Instructions for the task: Within the entries below, find each line containing the word "IFCCARTESIANPOINT" and copy it.

::::::::

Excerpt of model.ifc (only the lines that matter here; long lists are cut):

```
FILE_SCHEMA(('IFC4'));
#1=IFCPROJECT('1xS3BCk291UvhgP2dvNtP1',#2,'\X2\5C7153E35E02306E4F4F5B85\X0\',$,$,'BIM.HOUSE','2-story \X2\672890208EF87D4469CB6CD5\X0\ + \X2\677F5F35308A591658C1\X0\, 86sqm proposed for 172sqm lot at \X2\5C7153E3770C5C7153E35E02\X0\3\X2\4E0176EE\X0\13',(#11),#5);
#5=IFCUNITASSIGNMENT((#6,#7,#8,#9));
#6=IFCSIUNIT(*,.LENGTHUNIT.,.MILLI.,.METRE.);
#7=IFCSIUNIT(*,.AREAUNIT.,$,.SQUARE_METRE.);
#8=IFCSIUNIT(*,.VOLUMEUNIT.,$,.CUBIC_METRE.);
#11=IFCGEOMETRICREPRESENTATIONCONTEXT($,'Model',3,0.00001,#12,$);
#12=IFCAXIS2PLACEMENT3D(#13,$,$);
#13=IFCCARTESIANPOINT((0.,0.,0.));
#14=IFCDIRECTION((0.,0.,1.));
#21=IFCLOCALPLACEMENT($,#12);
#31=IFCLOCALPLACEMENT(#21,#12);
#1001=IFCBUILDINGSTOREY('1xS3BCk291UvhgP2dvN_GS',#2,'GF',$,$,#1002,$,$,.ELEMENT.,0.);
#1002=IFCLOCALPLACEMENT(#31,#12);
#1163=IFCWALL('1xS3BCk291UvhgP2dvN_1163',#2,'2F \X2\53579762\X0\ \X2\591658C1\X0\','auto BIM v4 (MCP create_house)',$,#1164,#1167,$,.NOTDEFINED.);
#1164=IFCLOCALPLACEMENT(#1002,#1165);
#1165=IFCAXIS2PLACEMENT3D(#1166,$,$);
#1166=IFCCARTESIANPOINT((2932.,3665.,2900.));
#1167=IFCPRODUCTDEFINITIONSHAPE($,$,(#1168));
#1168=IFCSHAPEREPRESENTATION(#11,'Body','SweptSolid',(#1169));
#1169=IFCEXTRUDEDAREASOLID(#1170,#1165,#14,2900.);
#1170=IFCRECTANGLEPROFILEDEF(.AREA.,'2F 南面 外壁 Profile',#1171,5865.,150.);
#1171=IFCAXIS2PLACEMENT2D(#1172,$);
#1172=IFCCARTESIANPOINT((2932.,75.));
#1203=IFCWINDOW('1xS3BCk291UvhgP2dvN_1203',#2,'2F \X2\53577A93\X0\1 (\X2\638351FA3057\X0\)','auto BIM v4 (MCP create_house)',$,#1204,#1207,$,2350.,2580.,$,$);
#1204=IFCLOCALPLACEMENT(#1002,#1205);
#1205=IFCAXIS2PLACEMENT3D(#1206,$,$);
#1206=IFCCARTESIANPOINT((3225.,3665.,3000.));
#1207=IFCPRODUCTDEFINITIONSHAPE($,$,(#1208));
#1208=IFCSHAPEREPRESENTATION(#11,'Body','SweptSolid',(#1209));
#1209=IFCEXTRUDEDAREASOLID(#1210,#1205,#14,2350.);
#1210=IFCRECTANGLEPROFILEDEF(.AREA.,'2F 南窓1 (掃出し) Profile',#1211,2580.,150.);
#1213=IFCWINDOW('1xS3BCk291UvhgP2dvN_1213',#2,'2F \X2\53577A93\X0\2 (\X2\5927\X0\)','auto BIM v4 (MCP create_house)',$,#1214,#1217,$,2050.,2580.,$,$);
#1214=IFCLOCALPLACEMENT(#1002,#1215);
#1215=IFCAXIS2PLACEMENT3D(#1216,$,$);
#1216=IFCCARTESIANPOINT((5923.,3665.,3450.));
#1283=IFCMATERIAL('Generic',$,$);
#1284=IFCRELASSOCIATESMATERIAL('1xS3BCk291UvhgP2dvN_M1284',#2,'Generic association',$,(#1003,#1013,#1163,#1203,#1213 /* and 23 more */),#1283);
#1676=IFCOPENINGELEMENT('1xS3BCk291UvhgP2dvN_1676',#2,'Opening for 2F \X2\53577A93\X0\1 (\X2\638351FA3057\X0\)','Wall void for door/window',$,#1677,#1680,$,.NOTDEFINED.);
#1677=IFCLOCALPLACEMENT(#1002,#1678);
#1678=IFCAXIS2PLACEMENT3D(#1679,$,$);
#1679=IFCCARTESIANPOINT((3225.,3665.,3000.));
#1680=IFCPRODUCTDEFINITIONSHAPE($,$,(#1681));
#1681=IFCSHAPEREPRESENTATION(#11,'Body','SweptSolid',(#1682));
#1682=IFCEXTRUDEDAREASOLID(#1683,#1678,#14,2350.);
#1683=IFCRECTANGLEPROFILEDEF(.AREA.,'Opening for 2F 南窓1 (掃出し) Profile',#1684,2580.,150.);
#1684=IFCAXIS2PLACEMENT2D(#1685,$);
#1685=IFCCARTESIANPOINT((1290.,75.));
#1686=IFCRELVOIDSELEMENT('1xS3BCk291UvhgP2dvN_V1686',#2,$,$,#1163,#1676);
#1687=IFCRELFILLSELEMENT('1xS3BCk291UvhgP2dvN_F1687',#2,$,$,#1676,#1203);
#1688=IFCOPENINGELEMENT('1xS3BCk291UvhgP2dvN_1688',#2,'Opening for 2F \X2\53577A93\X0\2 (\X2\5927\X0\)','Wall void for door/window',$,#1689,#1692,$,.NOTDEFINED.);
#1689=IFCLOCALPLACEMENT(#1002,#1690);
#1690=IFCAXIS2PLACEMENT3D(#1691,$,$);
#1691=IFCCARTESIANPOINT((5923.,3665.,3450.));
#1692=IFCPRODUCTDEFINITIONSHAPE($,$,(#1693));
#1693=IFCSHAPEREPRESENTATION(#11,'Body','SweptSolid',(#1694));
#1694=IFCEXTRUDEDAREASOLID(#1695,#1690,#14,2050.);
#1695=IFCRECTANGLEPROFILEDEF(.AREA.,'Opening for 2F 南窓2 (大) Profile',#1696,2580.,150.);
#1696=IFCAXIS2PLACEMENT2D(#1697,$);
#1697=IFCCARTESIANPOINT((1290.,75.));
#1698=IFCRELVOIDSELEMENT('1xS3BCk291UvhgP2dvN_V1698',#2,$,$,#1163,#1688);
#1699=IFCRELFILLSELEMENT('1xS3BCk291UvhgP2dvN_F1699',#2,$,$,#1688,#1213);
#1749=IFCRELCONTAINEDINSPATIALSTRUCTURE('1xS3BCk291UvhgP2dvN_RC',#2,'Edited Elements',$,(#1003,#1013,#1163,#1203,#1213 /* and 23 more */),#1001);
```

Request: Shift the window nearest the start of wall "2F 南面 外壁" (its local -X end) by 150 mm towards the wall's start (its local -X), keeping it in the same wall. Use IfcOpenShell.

```python
import ifcopenshell
import ifcopenshell.api.geometry
import ifcopenshell.util.placement
import ifcopenshell.util.unit

model = ifcopenshell.open("model.ifc")
unit_scale = ifcopenshell.util.unit.calculate_unit_scale(model)

window = model.by_guid("1xS3BCk291UvhgP2dvN_1203")
opening = window.FillsVoids[0].RelatingOpeningElement
wall = opening.VoidsElements[0].RelatingBuildingElement

wall_matrix = ifcopenshell.util.placement.get_local_placement(wall.ObjectPlacement)
shift = wall_matrix[:3, 0] * -0.15 / unit_scale
before = ifcopenshell.util.placement.get_local_placement(window.ObjectPlacement)[:3, 3].copy()

# The window is not placed relative to its opening, so move both.
for product in (opening, window):
    matrix = ifcopenshell.util.placement.get_local_placement(product.ObjectPlacement)
    matrix[:3, 3] += shift
    ifcopenshell.api.geometry.edit_object_placement(model, product=product, matrix=matrix, is_si=False)

after = ifcopenshell.util.placement.get_local_placement(window.ObjectPlacement)[:3, 3]
print("window moved by", (after - before).round(3) + 0.0)

model.write("model-out.ifc")
```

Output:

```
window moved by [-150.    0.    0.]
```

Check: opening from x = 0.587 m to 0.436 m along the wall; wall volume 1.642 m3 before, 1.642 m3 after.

::::::::

Answer to this exercise:
#13=IFCCARTESIANPOINT((0.,0.,0.));
#1166=IFCCARTESIANPOINT((2932.,3665.,2900.));
#1172=IFCCARTESIANPOINT((2932.,75.));
#1206=IFCCARTESIANPOINT((3225.,3665.,3000.));
#1216=IFCCARTESIANPOINT((5923.,3665.,3450.));
#1679=IFCCARTESIANPOINT((3225.,3665.,3000.));
#1685=IFCCARTESIANPOINT((1290.,75.));
#1691=IFCCARTESIANPOINT((5923.,3665.,3450.));
#1697=IFCCARTESIANPOINT((1290.,75.));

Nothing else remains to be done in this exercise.